If not, consider lignocaine, amiodarone, or procainamide.

·      IV fluids (liberally, to flush out barium by diuresis). Administer 0.45% NaCl in D5W, and a diuretic such as intravenous furosemide (1 mg/kg to a maximum of 40 mg/ dose) to obtain a urine flow of 3 to 6 ml/kg/hr. Saline and furosemide forced diuresis has been reported to enhance barium elimination. If initial hydration is necessary, admin-ister 0.45% saline to which sodium bicarbonate has been added to bring to isotonic 80 mEq/L at 20 to 30 ml/kg/hr for the first few hours. 30 grams magnesium sulfate through a nasogastric tube (250 mg/kg for children). It precipitates the compound ingested into insoluble barium sulfate. In the past intrave-nous magnesium sulfate was recommended. This should be avoided because renal injury may result due to intrarenal precipitation of barium sulfate.

·      Treat hypokalaemia with potassium infusions (up to 250 mEq administered over 24 hours has been effective).

·      Haemodialysis.

·      Mild to moderate allergic reactions to barium sulfate administration can be managed with antihistamines, with or without inhaled beta agonists, corticosteroids or adrenaline.
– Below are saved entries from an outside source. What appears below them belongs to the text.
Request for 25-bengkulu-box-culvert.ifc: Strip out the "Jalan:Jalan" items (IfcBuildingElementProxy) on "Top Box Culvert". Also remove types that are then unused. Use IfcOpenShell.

First a look at what the model holds.

```python
import ifcopenshell
import ifcopenshell.util.element

model = ifcopenshell.open("25-bengkulu-box-culvert.ifc")
print(model.schema)
storey = next(s for s in model.by_type("IfcBuildingStorey") if s.Name == "Top Box Culvert")
proxies = [e for e in ifcopenshell.util.element.get_decomposition(storey) if e.is_a("IfcBuildingElementProxy")]
seen = {}
for e in proxies:
    element_type = ifcopenshell.util.element.get_type(e)
    name = element_type.Name if element_type not in (None, e) else None
    seen[name] = seen.get(name, 0) + 1
for name, count in sorted(seen.items(), key=str):
    print(count, "x", name)
```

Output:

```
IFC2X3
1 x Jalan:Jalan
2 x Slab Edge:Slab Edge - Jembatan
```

```python
import ifcopenshell
import ifcopenshell.api.root
import ifcopenshell.util.element

model = ifcopenshell.open("25-bengkulu-box-culvert.ifc")

storey = next(s for s in model.by_type("IfcBuildingStorey") if s.Name == "Top Box Culvert")
proxies = [e for e in ifcopenshell.util.element.get_decomposition(storey) if e.is_a("IfcBuildingElementProxy")]
targets = [e for e in proxies if (t := ifcopenshell.util.element.get_type(e)) not in (None, e) and t.Name == "Jalan:Jalan"]
types = {ifcopenshell.util.element.get_type(e) for e in targets} - {None, *targets}

for e in targets:
    ifcopenshell.api.root.remove_product(model, product=e)
print(len(targets), "removed")

unused = [t for t in types if not ifcopenshell.util.element.get_types(t)]
for t in unused:
    ifcopenshell.api.root.remove_product(model, product=t)
print(len(unused), "unused types removed")

model.write("25-bengkulu-box-culvert_v2.ifc")
```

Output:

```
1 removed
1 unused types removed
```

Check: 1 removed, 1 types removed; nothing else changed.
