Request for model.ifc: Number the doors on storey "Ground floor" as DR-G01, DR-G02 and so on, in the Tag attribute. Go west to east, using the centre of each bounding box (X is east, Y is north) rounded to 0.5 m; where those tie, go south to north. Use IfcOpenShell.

First a look at what the model holds.

```python
import ifcopenshell
import ifcopenshell.util.element
import ifcopenshell.util.placement

model = ifcopenshell.open("model.ifc")
print(model.schema)
storey = next(s for s in model.by_type("IfcBuildingStorey") if s.Name == "Ground floor")
doors = [e for e in ifcopenshell.util.element.get_decomposition(storey) if e.is_a("IfcDoor")]
for e in sorted(doors, key=lambda e: e.id()):
    origin = ifcopenshell.util.placement.get_local_placement(e.ObjectPlacement)[:3, 3]
    print(e.id(), e.Tag, e.Name, origin.round(2) + 0.0, sep=" | ")
```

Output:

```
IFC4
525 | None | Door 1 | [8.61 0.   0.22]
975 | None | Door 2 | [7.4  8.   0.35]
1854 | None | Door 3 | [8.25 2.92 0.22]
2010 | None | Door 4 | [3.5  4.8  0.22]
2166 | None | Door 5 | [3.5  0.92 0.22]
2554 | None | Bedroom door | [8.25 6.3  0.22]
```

```python
import ifcopenshell
import ifcopenshell.geom
import ifcopenshell.util.element
import ifcopenshell.util.shape

model = ifcopenshell.open("model.ifc")
settings = ifcopenshell.geom.settings()
settings.set("use-world-coords", True)


def centre(element):
    shape = ifcopenshell.geom.create_shape(settings, element)
    return ifcopenshell.util.shape.get_bbox_centroid(shape.geometry)


storey = next(s for s in model.by_type("IfcBuildingStorey") if s.Name == "Ground floor")
doors = [e for e in ifcopenshell.util.element.get_decomposition(storey) if e.is_a("IfcDoor")]

# Insertion points can sit at a corner or the storey origin, so sort by the geometry (in metres).
centres = {e: centre(e) for e in doors}
doors.sort(key=lambda e: (round(centres[e][0] / 0.5), centres[e][1]))

for i, e in enumerate(doors, start=1):
    number = f"DR-G{i:02d}"
    e.Tag = number
    print(e.id(), number)

model.write("model_rev.ifc")
```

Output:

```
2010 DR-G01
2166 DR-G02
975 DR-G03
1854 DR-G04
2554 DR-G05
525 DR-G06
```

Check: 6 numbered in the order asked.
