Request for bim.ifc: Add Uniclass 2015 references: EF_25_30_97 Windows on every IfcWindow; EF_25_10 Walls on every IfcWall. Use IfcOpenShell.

First a look at what the model holds.

```python
import ifcopenshell

model = ifcopenshell.open("bim.ifc")
print(model.schema)
print("classifications:", [c.Name for c in model.by_type("IfcClassification")])
for ifc_class in ("IfcDoor", "IfcRoof", "IfcStair", "IfcWall", "IfcWindow"):
    print(ifc_class, len(model.by_type(ifc_class)))
```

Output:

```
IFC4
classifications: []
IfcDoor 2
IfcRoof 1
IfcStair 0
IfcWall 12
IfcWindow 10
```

```python
import ifcopenshell
import ifcopenshell.api.classification

model = ifcopenshell.open("bim.ifc")

system = ifcopenshell.api.classification.add_classification(model, classification="Uniclass 2015")

codes = {
    "IfcWindow": ("EF_25_30_97", "Windows"),
    "IfcWall": ("EF_25_10", "Walls"),
}
for ifc_class, (code, name) in codes.items():
    products = model.by_type(ifc_class)
    ifcopenshell.api.classification.add_reference(
        model, products=products, classification=system, identification=code, name=name
    )
    print(code, len(products))

model.write("bim_v2.ifc")
```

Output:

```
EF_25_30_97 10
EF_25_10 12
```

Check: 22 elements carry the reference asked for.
Treatment of severe anaphylaxis necessitates oxygen supplementation, aggressive airway management, adrenaline, ECG monitoring, and IV fluids.

Autopsy Features

·      Haemorrhagic gastritis and duodenitis.

·      Pulmonary oedema.

Forensic Issues

·              Most cases are accidental, usually the result of mistaken iden- tity, when a soluble barium salt is administered for a “barium meal” instead of the insoluble barium sulfate. Barium salts are sometimes also mistakenly ingested in place of Epsom salt, Glauber’s salt, or even common salt. Inhalation of a “barium meal” can produce granulomas in the lungs.

A few cases of mass poisonings have been reported, the most remakable being Pa Ping an endemic form of periodic paralysis which occurred in the early 1940s in the Szechuan province of China. This was due to massive contamination of table salt by barium chloride.